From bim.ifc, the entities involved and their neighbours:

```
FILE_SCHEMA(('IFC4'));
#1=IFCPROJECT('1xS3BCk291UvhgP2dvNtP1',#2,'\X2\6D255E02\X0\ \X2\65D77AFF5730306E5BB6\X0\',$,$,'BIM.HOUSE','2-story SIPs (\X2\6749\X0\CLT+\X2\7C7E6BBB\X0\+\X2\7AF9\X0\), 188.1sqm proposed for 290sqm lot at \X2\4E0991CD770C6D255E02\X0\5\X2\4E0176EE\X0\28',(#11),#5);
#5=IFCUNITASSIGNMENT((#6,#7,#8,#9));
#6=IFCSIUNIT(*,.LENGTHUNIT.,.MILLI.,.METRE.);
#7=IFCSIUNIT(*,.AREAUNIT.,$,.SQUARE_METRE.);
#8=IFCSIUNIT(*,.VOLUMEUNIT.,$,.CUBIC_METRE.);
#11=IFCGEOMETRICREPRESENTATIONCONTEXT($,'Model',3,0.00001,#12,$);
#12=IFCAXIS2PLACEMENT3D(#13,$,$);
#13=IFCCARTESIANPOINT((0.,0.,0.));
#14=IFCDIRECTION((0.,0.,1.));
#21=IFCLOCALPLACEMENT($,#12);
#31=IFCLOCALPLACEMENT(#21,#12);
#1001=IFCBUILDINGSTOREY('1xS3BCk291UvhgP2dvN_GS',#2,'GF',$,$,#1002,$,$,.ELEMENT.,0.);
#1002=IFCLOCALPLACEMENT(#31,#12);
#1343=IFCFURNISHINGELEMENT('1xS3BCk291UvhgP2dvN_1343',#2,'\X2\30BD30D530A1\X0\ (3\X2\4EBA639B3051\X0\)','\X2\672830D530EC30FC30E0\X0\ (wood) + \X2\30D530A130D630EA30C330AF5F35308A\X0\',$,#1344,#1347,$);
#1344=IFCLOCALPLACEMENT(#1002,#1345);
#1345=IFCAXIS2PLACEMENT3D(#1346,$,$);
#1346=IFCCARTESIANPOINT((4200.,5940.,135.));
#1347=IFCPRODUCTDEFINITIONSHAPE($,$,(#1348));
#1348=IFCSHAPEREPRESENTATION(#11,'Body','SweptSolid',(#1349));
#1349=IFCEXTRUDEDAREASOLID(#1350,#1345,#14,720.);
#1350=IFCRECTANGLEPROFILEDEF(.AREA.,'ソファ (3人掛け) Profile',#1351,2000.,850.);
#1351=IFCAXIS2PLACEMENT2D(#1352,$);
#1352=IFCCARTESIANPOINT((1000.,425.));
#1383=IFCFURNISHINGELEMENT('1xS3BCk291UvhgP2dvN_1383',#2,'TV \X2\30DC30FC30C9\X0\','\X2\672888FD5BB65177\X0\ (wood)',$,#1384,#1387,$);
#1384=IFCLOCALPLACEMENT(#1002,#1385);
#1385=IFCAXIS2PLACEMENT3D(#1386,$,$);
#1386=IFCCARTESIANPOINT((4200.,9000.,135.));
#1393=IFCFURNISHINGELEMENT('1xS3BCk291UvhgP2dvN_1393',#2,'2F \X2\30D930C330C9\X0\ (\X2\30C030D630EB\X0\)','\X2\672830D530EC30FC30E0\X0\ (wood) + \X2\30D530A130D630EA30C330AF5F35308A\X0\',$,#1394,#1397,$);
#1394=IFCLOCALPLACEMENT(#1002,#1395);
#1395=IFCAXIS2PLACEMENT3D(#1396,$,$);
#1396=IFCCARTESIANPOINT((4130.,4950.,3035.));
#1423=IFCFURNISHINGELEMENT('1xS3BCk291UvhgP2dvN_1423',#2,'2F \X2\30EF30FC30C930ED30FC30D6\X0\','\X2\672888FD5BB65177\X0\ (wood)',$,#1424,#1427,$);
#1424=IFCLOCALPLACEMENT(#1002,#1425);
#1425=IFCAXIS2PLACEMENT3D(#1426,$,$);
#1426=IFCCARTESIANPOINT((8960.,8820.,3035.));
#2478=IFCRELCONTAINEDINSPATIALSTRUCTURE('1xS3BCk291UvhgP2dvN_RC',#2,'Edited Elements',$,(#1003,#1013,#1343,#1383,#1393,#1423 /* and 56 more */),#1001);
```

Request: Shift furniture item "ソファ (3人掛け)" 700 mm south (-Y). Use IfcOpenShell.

```python
import ifcopenshell
import ifcopenshell.api.geometry
import ifcopenshell.util.placement
import ifcopenshell.util.unit

model = ifcopenshell.open("bim.ifc")
unit_scale = ifcopenshell.util.unit.calculate_unit_scale(model)

item = model.by_id(1343)
matrix = ifcopenshell.util.placement.get_local_placement(item.ObjectPlacement)
matrix[1, 3] -= 0.7 / unit_scale
ifcopenshell.api.geometry.edit_object_placement(model, product=item, matrix=matrix, is_si=False)

print(ifcopenshell.util.placement.get_local_placement(item.ObjectPlacement).round(3) + 0.0)

model.write("bim_rev.ifc")
```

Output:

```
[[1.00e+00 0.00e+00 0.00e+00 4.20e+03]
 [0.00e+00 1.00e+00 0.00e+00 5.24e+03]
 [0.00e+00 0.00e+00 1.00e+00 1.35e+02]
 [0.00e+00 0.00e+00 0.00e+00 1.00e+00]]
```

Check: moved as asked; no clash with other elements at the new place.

**What to do**.
Start at the line with "Request: Shift furniture". Give that line and every line after it again, word for word, through the last line above.

**Output below**.
Request: Shift furniture item "ソファ (3人掛け)" 700 mm south (-Y). Use IfcOpenShell.

```python
import ifcopenshell
import ifcopenshell.api.geometry
import ifcopenshell.util.placement
import ifcopenshell.util.unit

model = ifcopenshell.open("bim.ifc")
unit_scale = ifcopenshell.util.unit.calculate_unit_scale(model)

item = model.by_id(1343)
matrix = ifcopenshell.util.placement.get_local_placement(item.ObjectPlacement)
matrix[1, 3] -= 0.7 / unit_scale
ifcopenshell.api.geometry.edit_object_placement(model, product=item, matrix=matrix, is_si=False)

print(ifcopenshell.util.placement.get_local_placement(item.ObjectPlacement).round(3) + 0.0)

model.write("bim_rev.ifc")
```

Output:

```
[[1.00e+00 0.00e+00 0.00e+00 4.20e+03]
 [0.00e+00 1.00e+00 0.00e+00 5.24e+03]
 [0.00e+00 0.00e+00 1.00e+00 1.35e+02]
 [0.00e+00 0.00e+00 0.00e+00 1.00e+00]]
```

Check: moved as asked; no clash with other elements at the new place.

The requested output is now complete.